→ PROBLEM
Where does the word "contexts" show up in the data? Please find each such line and copy it.

***** DATASET RECORDS *****

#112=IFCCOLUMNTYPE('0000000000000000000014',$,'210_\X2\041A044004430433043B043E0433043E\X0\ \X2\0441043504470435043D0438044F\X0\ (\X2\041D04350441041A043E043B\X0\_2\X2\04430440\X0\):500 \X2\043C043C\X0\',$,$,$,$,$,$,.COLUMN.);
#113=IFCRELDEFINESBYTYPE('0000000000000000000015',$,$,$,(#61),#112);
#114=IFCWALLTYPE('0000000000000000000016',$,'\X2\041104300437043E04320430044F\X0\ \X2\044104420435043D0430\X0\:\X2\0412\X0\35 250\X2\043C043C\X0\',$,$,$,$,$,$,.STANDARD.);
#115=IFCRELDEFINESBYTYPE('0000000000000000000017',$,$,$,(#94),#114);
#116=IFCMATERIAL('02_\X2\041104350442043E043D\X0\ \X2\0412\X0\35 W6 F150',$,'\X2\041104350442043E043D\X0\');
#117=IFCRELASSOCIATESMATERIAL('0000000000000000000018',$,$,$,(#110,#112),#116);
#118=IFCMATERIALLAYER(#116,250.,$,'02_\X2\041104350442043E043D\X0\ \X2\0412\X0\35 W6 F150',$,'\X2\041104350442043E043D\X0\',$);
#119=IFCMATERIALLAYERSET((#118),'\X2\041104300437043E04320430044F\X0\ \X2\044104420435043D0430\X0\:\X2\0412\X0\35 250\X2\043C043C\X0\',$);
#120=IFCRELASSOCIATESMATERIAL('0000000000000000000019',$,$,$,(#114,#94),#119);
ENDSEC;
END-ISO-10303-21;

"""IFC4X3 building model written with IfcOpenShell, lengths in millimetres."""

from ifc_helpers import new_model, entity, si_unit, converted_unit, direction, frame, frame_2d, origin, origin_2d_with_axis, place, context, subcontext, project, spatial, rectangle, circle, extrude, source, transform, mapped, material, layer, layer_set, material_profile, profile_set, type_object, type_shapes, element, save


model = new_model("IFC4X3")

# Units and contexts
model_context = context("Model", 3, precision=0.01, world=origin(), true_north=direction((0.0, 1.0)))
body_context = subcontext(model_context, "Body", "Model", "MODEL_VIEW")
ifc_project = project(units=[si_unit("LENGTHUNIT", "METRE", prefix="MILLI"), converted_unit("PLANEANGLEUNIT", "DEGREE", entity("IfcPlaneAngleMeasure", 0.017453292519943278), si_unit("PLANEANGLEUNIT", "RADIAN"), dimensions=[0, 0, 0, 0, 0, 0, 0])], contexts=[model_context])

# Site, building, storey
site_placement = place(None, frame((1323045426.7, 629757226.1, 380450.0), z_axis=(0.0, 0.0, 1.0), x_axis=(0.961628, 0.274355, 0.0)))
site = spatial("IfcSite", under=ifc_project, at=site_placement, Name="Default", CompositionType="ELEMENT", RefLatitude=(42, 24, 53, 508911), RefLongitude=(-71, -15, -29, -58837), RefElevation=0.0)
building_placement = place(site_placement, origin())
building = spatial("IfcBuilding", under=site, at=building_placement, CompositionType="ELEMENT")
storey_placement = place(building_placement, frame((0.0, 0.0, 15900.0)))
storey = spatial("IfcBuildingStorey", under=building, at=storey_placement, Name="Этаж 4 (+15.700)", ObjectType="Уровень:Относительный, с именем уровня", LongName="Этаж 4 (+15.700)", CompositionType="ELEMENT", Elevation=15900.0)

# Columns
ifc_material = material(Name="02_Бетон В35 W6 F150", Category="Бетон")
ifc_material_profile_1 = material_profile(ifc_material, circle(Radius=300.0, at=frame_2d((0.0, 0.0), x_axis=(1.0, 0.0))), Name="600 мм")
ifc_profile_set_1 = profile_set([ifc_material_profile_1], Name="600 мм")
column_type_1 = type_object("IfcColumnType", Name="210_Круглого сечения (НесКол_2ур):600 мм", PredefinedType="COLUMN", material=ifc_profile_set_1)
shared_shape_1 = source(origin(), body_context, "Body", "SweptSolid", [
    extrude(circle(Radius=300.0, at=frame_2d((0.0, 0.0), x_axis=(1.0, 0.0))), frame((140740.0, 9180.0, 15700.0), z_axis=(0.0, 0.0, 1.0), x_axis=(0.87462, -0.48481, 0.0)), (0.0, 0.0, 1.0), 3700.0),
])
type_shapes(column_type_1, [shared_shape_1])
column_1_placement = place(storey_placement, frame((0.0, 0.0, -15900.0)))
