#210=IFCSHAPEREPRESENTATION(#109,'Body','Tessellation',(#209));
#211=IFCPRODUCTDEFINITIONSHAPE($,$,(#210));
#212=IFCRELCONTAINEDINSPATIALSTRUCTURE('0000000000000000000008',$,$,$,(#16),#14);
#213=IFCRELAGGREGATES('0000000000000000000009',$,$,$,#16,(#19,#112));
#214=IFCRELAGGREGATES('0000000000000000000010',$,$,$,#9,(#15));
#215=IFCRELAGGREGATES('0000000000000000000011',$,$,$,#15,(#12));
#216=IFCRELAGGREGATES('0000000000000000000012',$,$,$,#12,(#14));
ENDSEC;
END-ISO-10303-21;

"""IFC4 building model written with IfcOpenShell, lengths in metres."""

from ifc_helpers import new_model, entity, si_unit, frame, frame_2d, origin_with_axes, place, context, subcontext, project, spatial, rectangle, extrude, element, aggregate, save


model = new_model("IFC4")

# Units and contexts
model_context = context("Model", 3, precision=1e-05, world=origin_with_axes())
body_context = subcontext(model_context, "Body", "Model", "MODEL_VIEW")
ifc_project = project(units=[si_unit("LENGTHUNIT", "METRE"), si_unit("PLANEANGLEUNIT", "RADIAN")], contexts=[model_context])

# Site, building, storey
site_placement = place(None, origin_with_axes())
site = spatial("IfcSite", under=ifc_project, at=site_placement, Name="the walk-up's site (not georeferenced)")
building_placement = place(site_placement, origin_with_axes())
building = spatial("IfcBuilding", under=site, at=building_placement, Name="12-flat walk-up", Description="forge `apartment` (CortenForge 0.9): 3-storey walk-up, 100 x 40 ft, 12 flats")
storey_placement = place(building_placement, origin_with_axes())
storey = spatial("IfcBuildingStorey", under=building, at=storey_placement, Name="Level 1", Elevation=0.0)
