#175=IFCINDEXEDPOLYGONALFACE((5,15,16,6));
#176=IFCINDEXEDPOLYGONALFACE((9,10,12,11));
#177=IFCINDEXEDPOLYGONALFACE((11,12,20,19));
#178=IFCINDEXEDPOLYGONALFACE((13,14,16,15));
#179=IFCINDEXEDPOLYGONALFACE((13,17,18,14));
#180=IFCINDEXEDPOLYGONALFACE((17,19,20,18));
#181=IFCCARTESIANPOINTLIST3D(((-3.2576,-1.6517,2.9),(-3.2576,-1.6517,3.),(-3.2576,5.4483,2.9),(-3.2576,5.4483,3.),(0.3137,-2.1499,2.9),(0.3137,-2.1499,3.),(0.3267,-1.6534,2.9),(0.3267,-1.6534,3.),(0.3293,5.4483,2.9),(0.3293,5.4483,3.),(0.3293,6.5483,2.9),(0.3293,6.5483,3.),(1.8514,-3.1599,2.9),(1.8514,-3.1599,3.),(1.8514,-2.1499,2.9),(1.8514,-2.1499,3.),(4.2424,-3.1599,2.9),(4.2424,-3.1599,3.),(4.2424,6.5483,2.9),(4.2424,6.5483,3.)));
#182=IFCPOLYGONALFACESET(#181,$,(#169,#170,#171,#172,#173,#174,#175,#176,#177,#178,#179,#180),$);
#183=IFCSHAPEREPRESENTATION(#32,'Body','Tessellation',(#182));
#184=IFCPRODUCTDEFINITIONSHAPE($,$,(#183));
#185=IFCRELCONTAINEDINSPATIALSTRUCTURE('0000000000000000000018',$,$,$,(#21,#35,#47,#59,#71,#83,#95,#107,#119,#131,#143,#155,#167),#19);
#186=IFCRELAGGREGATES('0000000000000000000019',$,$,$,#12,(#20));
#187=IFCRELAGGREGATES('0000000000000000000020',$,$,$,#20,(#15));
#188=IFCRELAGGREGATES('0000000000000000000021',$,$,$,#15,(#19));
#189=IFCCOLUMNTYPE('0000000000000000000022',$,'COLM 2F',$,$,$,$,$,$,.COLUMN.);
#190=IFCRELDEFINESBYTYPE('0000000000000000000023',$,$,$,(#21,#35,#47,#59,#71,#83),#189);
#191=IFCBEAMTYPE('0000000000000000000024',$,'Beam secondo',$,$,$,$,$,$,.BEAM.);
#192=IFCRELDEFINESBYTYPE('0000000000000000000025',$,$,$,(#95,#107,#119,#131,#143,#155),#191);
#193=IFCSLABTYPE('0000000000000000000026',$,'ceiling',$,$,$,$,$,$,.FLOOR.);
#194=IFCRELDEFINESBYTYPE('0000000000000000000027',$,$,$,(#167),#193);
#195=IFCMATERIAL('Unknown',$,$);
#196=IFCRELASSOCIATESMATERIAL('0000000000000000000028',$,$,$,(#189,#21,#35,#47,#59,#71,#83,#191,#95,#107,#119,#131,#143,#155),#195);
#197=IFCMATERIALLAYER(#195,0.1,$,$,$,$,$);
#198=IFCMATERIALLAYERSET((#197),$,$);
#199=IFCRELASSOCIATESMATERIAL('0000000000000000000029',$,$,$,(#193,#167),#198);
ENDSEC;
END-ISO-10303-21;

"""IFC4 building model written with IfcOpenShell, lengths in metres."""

*****

→ TASK ANSWER
# Units and contexts
ifc_project = project(units=[si_unit("LENGTHUNIT", "METRE", prefix="MILLI"), converted_unit("PLANEANGLEUNIT", "DEGREE", entity("IfcPlaneAngleMeasure", 0.017453292519943278), si_unit("PLANEANGLEUNIT", "RADIAN"), dimensions=[0, 0, 0, 0, 0, 0, 0])], contexts=[model_context])
# Units and contexts
ifc_project = project(units=[si_unit("LENGTHUNIT", "METRE"), si_unit("PLANEANGLEUNIT", "RADIAN")], contexts=[model_context])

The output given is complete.